Tuesday, October 05, 2010

Rod Scribner Sneaks Entertainment Value into a Koolaid Commercial

By the 1960s, most animation - even animation done by the classic animators - had gotten very conservative. Even squash and stretch eventually became "too cartoony".
Here's Rod Scribner going completely against the style of the times and I don't know how he got away with it.
I'm guessing that Tex Avery must have directed this and just let Rod have fun with it.
Rod sure wasn't inhibited by the 60s model sheets of the WB characters.
He not only makes his key drawings funny, but most of his breakdowns are too.
By making every drawing in his animation a unique creation, he ends up doing a lot more work than if he had just made a few on-model keys. That's a true animator. He can't help creating, rather than merely executing.
I can't believe this got by the ad agency. When I worked on commercials the ad execs would go though every frame of film to make sure that each drawing was uncreative, unfunny and "on-model".
The agency folks always hate anything that "looks weird". They must think that somehow the consumers will decide not to buy their products once they have freeze framed the commercials themselves and checked them against their model sheets.
This commercial would only make me drink even more Kool-Aid than if it was bland and boring.
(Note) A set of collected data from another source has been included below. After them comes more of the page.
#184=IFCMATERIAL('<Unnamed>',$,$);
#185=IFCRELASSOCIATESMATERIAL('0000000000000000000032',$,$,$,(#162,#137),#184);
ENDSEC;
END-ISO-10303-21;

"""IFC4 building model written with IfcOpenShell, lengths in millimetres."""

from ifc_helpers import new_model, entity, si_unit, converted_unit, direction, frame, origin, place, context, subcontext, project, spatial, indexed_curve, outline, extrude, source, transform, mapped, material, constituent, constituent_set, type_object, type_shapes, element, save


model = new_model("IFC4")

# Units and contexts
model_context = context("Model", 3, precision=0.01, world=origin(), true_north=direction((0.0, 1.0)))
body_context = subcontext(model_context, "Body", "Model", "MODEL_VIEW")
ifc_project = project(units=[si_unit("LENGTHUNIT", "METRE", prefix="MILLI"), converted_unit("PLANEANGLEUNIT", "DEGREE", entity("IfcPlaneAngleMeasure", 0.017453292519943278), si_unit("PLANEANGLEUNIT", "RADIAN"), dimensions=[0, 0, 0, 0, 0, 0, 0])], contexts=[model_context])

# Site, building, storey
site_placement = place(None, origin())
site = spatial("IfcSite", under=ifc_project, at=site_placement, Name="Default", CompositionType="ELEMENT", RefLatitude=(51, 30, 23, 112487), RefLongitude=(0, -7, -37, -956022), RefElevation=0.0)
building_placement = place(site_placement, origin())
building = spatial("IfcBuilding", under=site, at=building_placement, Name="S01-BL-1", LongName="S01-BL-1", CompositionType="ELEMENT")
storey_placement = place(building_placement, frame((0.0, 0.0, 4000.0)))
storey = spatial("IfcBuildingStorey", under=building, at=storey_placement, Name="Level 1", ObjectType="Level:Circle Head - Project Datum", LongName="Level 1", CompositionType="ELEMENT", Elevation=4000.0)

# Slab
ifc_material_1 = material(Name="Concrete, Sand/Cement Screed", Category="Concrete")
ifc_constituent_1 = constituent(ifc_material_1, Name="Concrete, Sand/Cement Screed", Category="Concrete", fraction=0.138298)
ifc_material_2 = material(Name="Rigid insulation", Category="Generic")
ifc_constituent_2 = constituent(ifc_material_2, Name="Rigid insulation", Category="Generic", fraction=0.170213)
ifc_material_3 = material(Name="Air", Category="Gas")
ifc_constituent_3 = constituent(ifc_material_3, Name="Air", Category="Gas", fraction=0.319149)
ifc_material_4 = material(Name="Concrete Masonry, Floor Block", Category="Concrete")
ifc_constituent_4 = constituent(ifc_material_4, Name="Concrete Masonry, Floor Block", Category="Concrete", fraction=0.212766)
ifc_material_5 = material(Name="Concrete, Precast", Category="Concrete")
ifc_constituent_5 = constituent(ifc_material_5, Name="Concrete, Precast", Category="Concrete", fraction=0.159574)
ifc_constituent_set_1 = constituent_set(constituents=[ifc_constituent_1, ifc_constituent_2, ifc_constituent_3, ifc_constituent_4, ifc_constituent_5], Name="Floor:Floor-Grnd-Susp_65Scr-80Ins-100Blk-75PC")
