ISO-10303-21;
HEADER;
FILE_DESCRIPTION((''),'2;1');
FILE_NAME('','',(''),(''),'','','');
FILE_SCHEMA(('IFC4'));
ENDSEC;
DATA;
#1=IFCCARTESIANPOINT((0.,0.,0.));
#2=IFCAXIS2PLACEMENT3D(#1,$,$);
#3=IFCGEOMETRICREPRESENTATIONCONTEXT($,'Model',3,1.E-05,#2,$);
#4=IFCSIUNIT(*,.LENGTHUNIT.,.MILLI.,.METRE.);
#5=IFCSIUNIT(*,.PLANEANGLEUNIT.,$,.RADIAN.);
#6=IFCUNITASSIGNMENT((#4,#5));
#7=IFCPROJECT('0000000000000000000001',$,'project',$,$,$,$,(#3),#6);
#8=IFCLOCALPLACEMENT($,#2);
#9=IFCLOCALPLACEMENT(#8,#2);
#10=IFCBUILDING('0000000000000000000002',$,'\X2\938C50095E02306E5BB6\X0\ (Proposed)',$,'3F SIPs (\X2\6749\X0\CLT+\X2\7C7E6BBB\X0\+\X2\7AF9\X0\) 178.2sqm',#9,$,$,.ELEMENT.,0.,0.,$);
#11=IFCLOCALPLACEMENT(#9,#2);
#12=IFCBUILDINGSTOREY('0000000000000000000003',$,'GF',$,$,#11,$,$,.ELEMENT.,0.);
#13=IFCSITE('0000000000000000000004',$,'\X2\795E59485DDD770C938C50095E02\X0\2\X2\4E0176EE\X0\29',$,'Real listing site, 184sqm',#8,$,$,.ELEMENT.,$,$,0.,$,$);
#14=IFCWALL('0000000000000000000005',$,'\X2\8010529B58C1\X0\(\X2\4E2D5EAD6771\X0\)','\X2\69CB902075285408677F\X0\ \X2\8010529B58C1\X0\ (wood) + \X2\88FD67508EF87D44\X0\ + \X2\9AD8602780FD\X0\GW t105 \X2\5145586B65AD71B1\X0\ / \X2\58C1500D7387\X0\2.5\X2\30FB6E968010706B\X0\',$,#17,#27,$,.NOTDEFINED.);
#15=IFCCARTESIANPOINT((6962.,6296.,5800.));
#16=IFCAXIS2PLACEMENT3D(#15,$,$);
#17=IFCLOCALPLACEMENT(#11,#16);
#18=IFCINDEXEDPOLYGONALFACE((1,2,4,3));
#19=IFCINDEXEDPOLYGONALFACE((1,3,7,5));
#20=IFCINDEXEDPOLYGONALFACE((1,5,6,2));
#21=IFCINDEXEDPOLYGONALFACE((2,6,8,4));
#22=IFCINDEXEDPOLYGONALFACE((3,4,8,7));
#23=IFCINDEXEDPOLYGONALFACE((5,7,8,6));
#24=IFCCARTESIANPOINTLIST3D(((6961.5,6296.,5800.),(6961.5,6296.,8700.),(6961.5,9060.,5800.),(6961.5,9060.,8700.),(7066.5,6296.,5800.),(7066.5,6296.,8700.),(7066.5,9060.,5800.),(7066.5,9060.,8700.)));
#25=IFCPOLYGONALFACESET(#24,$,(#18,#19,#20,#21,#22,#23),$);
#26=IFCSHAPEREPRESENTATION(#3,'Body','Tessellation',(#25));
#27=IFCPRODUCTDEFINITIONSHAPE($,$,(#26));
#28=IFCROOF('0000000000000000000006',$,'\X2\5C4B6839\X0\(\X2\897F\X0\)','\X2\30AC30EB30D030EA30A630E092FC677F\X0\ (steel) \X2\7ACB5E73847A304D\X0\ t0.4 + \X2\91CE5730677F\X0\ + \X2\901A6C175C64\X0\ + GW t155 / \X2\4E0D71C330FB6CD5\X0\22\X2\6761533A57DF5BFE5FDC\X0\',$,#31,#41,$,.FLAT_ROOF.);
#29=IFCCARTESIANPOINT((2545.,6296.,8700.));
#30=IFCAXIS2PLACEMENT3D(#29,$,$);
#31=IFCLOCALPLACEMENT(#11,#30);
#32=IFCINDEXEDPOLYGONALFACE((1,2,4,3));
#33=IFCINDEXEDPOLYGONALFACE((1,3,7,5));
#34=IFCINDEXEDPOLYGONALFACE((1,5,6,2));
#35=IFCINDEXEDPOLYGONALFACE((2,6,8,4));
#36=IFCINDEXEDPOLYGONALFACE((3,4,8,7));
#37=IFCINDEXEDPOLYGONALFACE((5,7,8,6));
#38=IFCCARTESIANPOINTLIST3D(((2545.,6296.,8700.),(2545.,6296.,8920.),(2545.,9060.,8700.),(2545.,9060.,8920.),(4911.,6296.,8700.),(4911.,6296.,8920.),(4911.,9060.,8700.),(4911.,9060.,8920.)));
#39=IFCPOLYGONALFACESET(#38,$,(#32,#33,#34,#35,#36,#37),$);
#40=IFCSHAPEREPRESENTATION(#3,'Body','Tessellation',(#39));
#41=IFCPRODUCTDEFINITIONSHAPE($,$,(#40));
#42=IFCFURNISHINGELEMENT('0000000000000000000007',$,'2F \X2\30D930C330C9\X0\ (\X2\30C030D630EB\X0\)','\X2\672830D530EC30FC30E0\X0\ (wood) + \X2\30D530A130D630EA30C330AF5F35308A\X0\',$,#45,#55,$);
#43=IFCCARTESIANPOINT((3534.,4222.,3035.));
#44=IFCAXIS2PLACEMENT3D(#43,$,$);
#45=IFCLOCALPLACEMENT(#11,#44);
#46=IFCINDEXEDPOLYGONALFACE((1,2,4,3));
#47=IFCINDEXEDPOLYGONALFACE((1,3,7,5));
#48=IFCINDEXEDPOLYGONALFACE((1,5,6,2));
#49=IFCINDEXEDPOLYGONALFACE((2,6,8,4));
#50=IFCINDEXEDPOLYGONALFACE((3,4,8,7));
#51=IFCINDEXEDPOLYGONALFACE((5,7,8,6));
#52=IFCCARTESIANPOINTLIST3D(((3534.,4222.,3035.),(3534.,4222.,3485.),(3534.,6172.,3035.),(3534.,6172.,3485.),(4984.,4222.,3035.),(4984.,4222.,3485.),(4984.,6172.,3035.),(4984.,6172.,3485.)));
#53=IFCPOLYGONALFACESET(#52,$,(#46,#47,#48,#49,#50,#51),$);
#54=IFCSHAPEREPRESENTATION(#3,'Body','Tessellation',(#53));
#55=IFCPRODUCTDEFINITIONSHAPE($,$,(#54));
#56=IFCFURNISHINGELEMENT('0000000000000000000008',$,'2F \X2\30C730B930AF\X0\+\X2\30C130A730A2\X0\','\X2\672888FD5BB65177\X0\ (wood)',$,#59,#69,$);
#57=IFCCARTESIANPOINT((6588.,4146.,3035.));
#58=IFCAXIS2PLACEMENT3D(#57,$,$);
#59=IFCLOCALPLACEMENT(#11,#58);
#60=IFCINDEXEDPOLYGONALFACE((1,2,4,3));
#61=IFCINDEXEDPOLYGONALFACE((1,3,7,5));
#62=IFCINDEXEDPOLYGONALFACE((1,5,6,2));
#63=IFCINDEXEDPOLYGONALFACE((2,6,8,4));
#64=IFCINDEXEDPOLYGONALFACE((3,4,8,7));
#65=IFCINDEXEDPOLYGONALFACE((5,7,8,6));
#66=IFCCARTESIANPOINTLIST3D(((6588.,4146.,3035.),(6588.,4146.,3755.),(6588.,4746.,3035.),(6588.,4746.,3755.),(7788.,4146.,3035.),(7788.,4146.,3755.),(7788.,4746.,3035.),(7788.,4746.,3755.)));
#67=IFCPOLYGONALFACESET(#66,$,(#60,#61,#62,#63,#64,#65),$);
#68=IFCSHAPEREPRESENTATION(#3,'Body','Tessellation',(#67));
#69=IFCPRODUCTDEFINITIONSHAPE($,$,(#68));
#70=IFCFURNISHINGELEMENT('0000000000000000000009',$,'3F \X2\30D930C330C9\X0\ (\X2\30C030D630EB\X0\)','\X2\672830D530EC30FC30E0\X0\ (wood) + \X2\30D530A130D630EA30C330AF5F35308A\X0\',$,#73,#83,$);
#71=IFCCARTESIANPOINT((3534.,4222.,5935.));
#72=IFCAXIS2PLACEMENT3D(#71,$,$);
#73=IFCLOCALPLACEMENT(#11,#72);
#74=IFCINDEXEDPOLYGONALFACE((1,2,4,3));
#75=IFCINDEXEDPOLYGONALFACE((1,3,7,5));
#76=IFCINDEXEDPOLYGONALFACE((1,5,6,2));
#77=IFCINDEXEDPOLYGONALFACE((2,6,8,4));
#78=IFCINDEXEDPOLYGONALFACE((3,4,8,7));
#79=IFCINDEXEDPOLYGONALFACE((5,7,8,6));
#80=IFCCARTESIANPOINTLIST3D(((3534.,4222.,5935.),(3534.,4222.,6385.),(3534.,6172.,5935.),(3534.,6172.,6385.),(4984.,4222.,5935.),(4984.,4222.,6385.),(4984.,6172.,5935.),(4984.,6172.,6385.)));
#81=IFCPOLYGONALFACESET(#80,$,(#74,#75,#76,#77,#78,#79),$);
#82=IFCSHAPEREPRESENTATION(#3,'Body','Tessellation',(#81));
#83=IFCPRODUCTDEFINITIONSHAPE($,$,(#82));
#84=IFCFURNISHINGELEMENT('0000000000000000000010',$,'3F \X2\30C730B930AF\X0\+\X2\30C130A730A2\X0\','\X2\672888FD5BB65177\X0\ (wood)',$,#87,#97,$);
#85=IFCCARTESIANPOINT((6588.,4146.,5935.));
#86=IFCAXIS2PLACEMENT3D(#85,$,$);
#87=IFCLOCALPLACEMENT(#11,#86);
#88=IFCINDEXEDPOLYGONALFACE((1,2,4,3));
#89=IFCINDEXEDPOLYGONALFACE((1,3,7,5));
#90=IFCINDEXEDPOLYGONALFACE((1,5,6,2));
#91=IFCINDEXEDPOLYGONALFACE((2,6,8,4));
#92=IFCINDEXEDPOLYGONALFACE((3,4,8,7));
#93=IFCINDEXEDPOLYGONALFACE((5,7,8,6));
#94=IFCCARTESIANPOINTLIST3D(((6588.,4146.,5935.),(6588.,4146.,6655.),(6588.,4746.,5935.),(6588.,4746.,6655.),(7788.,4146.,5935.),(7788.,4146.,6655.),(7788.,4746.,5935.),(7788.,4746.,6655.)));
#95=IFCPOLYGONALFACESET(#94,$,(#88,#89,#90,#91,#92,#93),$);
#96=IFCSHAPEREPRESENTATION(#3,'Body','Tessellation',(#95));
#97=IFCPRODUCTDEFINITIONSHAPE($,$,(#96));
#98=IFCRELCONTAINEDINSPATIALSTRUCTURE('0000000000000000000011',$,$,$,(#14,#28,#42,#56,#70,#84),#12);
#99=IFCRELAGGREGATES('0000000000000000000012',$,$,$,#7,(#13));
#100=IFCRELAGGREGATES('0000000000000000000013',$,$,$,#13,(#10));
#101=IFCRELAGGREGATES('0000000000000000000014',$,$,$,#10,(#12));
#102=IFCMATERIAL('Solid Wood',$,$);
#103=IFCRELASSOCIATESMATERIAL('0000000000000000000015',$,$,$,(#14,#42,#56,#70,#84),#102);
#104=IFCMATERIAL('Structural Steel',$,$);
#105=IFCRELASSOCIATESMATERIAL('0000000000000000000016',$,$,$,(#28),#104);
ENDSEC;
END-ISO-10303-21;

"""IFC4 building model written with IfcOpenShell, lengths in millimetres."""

from ifc_helpers import new_model, si_unit, frame, frame_2d, origin, place, context, project, spatial, rectangle, extrude, material, element, save


model = new_model("IFC4")

# Units and contexts
model_context = context("Model", 3, precision=1e-05, world=origin())
ifc_project = project(units=[si_unit("LENGTHUNIT", "METRE", prefix="MILLI"), si_unit("PLANEANGLEUNIT", "RADIAN")], contexts=[model_context])

# Site, building, storey
site_placement = place(None, origin())
site = spatial("IfcSite", under=ifc_project, at=site_placement, Name="神奈川県鎌倉市2丁目29", ObjectType="Real listing site, 184sqm", CompositionType="ELEMENT", RefElevation=0.0)
building_placement = place(site_placement, origin())
building = spatial("IfcBuilding", under=site, at=building_placement, Name="鎌倉市の家 (Proposed)", ObjectType="3F SIPs (杉CLT+籾殻+竹) 178.2sqm", CompositionType="ELEMENT", ElevationOfRefHeight=0.0, ElevationOfTerrain=0.0)
storey_placement = place(building_placement, origin())
storey = spatial("IfcBuildingStorey", under=building, at=storey_placement, Name="GF", CompositionType="ELEMENT", Elevation=0.0)

# Shared definitions
ifc_material_1 = material(Name="Solid Wood")

# Wall
wall_1_placement = place(storey_placement, frame((6962.0, 6296.0, 5800.0)))
element("IfcWall", 1, at=wall_1_placement, inside=storey, material=ifc_material_1, Name="耐力壁(中庭東)", Description="構造用合板 耐力壁 (wood) + 製材軸組 + 高性能GW t105 充填断熱 / 壁倍率2.5・準耐火", PredefinedType="NOTDEFINED", context=model_context, shape_type="SweptSolid", body=[
    extrude(rectangle(XDim=105.0, YDim=2764.0, at=frame_2d((52.0, 1382.0))), frame((6962.0, 6296.0, 5800.0)), (0.0, 0.0, 1.0), 2900.0),
])

# Roof
ifc_material_2 = material(Name="Structural Steel")
roof_1_placement = place(storey_placement, frame((2545.0, 6296.0, 8700.0)))
element("IfcRoof", 2, at=roof_1_placement, inside=storey, material=ifc_material_2, Name="屋根(西)", Description="ガルバリウム鋼板 (steel) 立平葺き t0.4 + 野地板 + 通気層 + GW t155 / 不燃・法22条区域対応", PredefinedType="FLAT_ROOF", context=model_context, shape_type="SweptSolid", body=[
    extrude(rectangle(XDim=2366.0, YDim=2764.0, at=frame_2d((1183.0, 1382.0))), frame((2545.0, 6296.0, 8700.0)), (0.0, 0.0, 1.0), 220.0),
])

# Furnishing elements
furnishing_1_placement = place(storey_placement, frame((3534.0, 4222.0, 3035.0)))
element("IfcFurnishingElement", 3, at=furnishing_1_placement, inside=storey, material=ifc_material_1, Name="2F ベッド (ダブル)", Description="木フレーム (wood) + ファブリック張り", context=model_context, shape_type="SweptSolid", body=[
    extrude(rectangle(XDim=1450.0, YDim=1950.0, at=frame_2d((725.0, 975.0))), frame((3534.0, 4222.0, 3035.0)), (0.0, 0.0, 1.0), 450.0),
])
furnishing_2_placement = place(storey_placement, frame((6588.0, 4146.0, 3035.0)))
element("IfcFurnishingElement", 4, at=furnishing_2_placement, inside=storey, material=ifc_material_1, Name="2F デスク+チェア", Description="木製家具 (wood)", context=model_context, shape_type="SweptSolid", body=[
    extrude(rectangle(XDim=1200.0, YDim=600.0, at=frame_2d((600.0, 300.0))), frame((6588.0, 4146.0, 3035.0)), (0.0, 0.0, 1.0), 720.0),
])
furnishing_3_placement = place(storey_placement, frame((3534.0, 4222.0, 5935.0)))
element("IfcFurnishingElement", 5, at=furnishing_3_placement, inside=storey, material=ifc_material_1, Name="3F ベッド (ダブル)", Description="木フレーム (wood) + ファブリック張り", context=model_context, shape_type="SweptSolid", body=[
    extrude(rectangle(XDim=1450.0, YDim=1950.0, at=frame_2d((725.0, 975.0))), frame((3534.0, 4222.0, 5935.0)), (0.0, 0.0, 1.0), 450.0),
])
furnishing_4_placement = place(storey_placement, frame((6588.0, 4146.0, 5935.0)))
element("IfcFurnishingElement", 6, at=furnishing_4_placement, inside=storey, material=ifc_material_1, Name="3F デスク+チェア", Description="木製家具 (wood)", context=model_context, shape_type="SweptSolid", body=[
    extrude(rectangle(XDim=1200.0, YDim=600.0, at=frame_2d((600.0, 300.0))), frame((6588.0, 4146.0, 5935.0)), (0.0, 0.0, 1.0), 720.0),
])

save(model, "model.ifc")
I was laughing as I went through this scene a frame at a time, but the drawings kept getting funnier and funnier. These almost seem bland to me now - compared to what came next. There are so many crazy drawings in this one commercial that I'm going to have to spread them out over a few posts.


J C Roberts said...

I probably would never have guessed Scribner just looking at these frames. I might just be too used to his work with Clampett, though.
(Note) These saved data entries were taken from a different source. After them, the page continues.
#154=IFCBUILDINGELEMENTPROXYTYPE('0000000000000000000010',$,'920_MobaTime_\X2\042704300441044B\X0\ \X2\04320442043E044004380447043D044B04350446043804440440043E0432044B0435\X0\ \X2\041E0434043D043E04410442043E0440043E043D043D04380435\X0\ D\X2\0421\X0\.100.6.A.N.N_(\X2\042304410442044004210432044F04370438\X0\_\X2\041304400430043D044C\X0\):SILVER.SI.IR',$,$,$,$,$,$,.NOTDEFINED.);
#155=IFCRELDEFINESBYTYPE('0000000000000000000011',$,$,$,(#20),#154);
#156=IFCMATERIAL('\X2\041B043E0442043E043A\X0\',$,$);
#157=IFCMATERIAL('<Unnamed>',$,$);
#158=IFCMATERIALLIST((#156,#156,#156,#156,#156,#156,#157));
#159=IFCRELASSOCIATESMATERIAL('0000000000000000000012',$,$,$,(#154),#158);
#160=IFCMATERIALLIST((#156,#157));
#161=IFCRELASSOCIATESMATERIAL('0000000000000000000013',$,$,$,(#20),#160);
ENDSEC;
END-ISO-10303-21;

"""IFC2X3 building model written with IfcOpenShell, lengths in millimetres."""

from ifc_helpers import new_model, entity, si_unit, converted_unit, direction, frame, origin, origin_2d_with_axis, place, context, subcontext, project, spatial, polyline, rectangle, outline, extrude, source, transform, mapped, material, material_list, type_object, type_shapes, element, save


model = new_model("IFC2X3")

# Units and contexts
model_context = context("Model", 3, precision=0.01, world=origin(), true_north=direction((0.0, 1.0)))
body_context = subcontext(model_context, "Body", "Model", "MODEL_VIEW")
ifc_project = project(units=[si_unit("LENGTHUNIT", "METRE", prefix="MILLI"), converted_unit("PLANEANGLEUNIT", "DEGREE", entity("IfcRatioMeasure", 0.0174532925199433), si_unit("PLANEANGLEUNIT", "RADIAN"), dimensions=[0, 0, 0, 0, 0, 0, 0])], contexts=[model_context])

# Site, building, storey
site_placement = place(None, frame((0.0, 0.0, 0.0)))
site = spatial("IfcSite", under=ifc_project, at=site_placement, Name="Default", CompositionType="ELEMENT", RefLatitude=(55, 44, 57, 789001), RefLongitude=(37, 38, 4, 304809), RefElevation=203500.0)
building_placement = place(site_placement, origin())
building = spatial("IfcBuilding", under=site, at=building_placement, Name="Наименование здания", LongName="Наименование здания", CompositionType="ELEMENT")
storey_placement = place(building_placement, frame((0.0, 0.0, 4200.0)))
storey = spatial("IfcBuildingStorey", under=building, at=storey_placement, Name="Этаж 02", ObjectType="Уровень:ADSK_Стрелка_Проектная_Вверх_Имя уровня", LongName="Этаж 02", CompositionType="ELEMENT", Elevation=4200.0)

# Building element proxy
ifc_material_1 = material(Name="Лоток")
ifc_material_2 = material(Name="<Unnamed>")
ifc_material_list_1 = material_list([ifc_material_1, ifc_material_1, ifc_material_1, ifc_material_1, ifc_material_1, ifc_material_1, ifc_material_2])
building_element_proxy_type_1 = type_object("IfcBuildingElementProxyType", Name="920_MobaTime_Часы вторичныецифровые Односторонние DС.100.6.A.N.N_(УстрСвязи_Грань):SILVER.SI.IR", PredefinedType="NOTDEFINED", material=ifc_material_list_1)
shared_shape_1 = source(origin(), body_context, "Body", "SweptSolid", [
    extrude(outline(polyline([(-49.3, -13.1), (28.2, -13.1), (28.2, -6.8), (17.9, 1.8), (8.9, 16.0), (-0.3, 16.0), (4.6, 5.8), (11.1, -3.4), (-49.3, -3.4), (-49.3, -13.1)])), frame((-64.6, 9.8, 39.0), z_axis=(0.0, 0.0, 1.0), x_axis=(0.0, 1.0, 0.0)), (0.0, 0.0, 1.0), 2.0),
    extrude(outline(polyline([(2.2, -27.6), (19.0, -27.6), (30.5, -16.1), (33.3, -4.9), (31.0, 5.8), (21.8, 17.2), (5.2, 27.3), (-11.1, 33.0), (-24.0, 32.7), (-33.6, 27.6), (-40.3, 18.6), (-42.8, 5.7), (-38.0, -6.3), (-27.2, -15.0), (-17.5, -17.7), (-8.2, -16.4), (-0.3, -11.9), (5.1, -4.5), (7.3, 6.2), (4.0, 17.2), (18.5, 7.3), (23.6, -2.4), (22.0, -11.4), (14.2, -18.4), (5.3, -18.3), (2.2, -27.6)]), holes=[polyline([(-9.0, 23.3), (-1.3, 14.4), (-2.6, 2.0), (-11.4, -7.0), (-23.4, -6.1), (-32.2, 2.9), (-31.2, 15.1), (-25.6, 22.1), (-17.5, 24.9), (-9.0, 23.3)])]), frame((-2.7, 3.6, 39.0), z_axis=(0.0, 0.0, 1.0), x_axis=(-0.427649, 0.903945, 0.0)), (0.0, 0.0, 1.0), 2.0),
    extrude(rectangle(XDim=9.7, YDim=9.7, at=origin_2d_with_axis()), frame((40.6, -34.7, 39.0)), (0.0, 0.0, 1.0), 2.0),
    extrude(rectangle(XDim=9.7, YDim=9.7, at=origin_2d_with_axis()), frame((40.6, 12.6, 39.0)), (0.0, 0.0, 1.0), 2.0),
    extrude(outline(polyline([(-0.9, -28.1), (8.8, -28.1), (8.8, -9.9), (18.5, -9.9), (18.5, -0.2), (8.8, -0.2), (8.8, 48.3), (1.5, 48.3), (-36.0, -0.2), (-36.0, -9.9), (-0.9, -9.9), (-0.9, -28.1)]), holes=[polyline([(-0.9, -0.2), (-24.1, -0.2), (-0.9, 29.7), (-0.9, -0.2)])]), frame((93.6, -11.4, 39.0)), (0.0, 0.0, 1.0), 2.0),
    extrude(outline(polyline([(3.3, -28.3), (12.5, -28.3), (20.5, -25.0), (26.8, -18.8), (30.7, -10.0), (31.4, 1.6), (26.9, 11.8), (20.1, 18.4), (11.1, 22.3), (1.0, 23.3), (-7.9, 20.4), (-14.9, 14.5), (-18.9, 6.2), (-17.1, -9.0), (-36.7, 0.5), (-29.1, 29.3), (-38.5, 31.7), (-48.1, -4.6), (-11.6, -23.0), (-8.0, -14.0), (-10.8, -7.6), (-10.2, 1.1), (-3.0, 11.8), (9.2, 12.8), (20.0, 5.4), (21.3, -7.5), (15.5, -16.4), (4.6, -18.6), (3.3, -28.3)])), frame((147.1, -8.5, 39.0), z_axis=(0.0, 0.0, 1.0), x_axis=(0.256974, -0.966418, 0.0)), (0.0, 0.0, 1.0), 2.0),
I don't recall ever seeing this one. I have a series of Post commercials with Bugs and Yosemite Sam on tape from the same era, but they're not as fluid as these look. They're more notable for the strange, overly excited voice work.

Rooniman said...

The agency folks must of been drunk or asleep that day.

Anonymous said...

I really wish I could see this commercial. There's no link to it in the post. Rod Scribner is still at the top of the game here, and I wanna see the drawings in action.

litlgrey said...

I've seen these before. The mastery is clearly there, but I think I was put off by how the characters themselves were softened and rounded, with the big eyes.
Not quite at the level of Chuck Jones' drawings of his own characters in the 1980s, where they were all inexplicably CUTE and CHUBBY, but similar.

Trey Brown said...

ive never seen this one. theres that late 60's one where bugs sings "kool kool kool kool kool-aid kool!".

Isaak said...

Would you say the Tootsie Rolls commercial is a high point of art in advertising?

Thank you

Bob said...

I know Tex did direct some of the cool aid ads during the 60's, it is mentioned in, "Tex Avery: King of Cartoons." I believe that the people in the agency were looking for a person who could draw/animate bugs for the ad and Tex volunteered and the people in the agency asked him if he knew how to draw bugs. I can't fathom how insulting that must of been for poor Tex.

Paul B said...

where I can see the commercial?

Isaak said...

This is off-topic but are you considering a special post for June Foray? I think she is one of the last principles from the Looney Tunes era.

Shawn Dickinson said...

I usually can't stand the drawings of Bugs from this era, but these are pretty cool lookin!